Fascinating Findings. Below are the final returns on U.S. metropolitan areas with more than 500,000 inhabitants. The rankings (there are others for middle-sized and small cities) clearly reinforce the study's overall conclusion that those nice, comfortable Southern cities fare poorly in competition with their frenetic counterparts in the West, the North Central States and the Northeast. Indeed, only Birmingham, Ala., was rated "substandard" in all categories, while only Portland, Ore., came off with "outstanding" honors on all counts.
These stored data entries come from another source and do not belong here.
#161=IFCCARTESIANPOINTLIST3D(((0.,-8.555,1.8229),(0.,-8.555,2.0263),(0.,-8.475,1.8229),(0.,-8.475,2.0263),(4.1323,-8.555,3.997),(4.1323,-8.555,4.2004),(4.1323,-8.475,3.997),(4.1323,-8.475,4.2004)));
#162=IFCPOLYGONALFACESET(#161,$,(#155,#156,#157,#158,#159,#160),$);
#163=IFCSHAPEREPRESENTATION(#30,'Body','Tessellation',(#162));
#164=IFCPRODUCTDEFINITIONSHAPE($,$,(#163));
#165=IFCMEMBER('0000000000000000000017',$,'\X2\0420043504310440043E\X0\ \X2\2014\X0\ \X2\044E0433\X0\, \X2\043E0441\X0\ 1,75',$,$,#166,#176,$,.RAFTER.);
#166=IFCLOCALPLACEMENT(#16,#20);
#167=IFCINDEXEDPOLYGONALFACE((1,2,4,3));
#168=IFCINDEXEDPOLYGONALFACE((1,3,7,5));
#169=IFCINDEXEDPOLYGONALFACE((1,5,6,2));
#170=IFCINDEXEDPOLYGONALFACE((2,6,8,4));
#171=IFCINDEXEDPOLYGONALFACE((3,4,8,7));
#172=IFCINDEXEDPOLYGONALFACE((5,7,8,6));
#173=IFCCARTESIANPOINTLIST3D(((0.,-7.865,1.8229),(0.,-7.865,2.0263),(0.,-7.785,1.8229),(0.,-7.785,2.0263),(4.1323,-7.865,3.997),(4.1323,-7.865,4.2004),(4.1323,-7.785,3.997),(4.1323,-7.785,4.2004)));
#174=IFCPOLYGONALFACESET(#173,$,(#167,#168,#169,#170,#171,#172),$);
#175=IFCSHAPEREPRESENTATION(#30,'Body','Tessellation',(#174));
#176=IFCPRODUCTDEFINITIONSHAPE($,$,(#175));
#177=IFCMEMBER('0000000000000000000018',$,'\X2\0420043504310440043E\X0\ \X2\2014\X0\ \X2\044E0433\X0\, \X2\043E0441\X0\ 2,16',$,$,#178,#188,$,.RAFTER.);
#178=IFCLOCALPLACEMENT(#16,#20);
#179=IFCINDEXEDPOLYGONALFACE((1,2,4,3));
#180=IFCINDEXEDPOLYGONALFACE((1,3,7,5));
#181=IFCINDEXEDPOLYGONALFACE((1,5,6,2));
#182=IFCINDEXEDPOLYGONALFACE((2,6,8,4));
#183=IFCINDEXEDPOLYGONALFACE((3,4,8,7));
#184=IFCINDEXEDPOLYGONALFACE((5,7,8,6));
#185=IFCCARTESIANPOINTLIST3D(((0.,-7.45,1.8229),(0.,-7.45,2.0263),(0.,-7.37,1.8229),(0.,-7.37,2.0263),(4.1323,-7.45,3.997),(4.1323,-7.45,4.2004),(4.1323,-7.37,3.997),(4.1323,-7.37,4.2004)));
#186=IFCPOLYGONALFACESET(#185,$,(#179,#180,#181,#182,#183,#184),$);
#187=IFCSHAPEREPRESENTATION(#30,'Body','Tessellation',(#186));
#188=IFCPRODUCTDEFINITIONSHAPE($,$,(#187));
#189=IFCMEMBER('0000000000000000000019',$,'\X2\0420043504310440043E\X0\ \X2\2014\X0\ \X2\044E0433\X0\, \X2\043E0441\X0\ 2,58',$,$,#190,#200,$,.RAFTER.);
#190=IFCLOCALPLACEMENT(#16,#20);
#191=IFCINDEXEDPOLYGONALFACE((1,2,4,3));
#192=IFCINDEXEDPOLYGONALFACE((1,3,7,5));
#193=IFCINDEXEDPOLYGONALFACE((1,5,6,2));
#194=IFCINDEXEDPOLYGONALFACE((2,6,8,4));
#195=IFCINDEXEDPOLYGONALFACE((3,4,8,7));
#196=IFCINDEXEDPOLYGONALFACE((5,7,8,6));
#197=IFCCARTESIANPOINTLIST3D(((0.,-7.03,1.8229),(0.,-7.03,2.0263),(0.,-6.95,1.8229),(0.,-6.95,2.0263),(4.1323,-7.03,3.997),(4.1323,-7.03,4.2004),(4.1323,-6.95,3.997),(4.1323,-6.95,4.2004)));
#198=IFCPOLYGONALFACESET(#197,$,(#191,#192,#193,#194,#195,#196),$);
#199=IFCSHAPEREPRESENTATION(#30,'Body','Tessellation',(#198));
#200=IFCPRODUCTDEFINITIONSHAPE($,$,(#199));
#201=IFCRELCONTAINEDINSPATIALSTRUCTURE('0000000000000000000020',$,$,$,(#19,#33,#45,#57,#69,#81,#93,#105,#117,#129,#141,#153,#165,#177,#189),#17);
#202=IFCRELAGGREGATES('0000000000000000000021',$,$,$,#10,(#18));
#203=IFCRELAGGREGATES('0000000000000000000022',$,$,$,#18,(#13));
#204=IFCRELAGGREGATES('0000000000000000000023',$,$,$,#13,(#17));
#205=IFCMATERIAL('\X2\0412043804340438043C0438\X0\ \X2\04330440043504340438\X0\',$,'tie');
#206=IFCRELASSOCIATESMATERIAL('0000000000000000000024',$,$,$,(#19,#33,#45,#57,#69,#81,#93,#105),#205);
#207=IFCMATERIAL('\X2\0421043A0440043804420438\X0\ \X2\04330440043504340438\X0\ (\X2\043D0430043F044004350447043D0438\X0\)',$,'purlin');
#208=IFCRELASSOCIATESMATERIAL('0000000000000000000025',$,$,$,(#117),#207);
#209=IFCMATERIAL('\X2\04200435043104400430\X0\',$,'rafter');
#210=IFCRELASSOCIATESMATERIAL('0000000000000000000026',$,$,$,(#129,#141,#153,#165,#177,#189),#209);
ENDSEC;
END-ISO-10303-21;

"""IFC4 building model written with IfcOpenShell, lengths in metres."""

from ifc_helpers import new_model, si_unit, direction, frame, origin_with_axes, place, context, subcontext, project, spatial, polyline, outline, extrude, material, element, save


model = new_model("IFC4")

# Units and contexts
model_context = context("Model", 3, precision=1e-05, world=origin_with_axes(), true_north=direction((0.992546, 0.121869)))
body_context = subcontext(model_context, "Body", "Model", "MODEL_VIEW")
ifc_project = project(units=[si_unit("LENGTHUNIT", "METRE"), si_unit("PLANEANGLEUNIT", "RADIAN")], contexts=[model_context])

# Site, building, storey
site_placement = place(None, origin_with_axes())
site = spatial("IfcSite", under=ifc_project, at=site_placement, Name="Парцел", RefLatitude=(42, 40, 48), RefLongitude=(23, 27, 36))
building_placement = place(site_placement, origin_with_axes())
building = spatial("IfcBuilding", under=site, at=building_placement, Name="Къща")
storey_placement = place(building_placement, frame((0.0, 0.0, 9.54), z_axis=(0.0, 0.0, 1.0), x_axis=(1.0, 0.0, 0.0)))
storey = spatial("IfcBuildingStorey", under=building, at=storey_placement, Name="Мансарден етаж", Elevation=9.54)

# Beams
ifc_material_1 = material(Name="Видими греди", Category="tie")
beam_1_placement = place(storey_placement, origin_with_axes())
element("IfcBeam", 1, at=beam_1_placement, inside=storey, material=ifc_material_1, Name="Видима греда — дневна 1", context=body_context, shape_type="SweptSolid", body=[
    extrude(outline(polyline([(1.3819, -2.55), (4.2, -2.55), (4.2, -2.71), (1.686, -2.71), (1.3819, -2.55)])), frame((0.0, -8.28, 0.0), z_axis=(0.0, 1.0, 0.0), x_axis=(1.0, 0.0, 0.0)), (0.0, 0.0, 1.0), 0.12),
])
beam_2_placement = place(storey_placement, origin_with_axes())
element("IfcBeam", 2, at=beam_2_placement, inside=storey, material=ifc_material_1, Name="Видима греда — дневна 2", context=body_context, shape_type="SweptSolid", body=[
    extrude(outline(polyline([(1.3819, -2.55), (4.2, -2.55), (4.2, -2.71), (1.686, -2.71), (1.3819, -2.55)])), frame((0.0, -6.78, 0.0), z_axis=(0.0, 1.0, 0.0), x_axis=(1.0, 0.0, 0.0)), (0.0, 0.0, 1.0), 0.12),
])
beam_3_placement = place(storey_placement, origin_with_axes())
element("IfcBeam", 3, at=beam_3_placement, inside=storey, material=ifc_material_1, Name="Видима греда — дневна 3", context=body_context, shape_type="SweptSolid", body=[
Because the box score is a weighted average of the 123 variables, it does not reflect some of the researchers' more fascinating findings. Some of the nation's most highly touted cities scored well in some categories, only to be dragged down by low marks in others. Proud Boston (No. 23) flunks its economic rating, for instance, while booming Atlanta ranks No. 45 because of poor ratings in every area but economics. Then there are a group of cities that are saved from much lower rankings by one strong point. For Washington (No. 20), it is health and education; for Miami (No. 47), a top-rated environment; for Omaha (No. 17), an "outstanding" social rating. As for Gerald Ford's home town of Grand Rapids, Mich. (No. 11), it gets its boost from a top political score.